Saved data entries:
-------------------------

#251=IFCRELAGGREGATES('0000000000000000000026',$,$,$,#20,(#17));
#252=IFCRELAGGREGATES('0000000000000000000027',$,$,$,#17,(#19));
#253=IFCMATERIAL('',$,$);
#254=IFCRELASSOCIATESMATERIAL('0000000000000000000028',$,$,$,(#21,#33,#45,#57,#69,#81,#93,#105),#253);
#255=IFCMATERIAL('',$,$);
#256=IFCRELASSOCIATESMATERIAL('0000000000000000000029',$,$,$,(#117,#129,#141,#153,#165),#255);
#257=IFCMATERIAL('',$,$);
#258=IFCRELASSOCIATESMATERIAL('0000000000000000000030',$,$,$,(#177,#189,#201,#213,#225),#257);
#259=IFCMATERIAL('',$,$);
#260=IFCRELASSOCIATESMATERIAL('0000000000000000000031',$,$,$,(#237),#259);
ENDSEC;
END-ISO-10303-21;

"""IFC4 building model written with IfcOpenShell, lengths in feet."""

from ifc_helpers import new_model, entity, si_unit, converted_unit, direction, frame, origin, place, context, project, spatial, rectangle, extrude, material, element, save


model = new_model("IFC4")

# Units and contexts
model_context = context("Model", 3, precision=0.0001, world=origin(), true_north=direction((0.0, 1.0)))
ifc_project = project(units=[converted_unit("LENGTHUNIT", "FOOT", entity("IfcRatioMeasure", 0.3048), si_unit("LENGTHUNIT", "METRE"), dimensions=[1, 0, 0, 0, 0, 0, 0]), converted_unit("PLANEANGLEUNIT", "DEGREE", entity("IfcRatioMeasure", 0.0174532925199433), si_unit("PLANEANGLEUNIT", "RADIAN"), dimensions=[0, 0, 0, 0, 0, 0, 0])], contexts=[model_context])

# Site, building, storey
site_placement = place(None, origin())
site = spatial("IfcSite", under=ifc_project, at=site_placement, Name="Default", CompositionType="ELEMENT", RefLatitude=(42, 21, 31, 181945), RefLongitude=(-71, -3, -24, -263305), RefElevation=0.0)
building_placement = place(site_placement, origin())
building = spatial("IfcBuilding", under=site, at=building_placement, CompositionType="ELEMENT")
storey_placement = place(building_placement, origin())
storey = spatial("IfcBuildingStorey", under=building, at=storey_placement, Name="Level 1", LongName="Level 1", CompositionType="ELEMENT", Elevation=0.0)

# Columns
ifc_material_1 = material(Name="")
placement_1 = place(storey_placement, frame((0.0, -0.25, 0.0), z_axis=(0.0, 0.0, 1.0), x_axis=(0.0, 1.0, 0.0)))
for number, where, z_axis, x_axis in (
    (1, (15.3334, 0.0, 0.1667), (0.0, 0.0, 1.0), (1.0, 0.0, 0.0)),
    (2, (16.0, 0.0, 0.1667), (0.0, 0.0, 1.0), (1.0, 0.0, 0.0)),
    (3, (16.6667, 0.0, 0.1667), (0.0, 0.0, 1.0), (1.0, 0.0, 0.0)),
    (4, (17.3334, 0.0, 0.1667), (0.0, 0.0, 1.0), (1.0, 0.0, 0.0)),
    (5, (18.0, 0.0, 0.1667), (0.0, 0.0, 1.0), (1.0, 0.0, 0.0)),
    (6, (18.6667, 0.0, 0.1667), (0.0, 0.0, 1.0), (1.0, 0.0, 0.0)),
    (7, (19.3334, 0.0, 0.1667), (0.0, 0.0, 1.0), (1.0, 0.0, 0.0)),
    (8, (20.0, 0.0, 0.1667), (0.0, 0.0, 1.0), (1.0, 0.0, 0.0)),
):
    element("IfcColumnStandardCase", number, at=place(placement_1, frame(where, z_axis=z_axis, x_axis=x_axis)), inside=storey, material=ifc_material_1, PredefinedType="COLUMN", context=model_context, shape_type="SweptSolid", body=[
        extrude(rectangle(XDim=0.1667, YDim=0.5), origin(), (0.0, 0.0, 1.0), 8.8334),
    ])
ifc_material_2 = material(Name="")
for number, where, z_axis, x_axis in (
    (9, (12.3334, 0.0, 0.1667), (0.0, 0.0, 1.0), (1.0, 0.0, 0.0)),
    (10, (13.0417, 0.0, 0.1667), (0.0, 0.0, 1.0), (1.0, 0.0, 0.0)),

-------------------------

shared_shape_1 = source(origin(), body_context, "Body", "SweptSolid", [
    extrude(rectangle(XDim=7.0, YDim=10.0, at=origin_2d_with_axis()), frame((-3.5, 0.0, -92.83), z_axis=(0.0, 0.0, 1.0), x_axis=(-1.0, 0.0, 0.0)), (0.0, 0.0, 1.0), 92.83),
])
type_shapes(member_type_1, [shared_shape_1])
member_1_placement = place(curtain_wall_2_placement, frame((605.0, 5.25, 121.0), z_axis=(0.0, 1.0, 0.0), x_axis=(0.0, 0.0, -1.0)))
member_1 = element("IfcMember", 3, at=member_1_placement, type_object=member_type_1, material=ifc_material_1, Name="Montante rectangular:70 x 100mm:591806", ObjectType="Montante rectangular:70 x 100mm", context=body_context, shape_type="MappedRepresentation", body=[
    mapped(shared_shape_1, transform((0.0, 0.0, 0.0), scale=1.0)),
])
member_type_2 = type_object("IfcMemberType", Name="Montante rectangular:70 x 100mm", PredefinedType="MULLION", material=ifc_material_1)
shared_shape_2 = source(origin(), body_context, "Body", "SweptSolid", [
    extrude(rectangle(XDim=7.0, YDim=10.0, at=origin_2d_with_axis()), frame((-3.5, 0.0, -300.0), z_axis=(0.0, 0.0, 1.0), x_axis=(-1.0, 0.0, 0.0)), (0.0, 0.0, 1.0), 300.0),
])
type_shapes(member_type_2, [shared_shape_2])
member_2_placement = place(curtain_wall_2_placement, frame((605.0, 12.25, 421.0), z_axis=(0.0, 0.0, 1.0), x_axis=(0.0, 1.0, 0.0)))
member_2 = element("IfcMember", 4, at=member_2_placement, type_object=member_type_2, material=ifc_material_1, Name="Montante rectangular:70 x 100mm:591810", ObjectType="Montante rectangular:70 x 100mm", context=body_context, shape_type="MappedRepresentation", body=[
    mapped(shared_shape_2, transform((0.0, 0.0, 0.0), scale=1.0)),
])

-------------------------

EXERCISE DETAILS: Among the lines above, count those containing the string "SweptSolid"; please give the count alone.

ANSWER FOR THIS EXERCISE: 3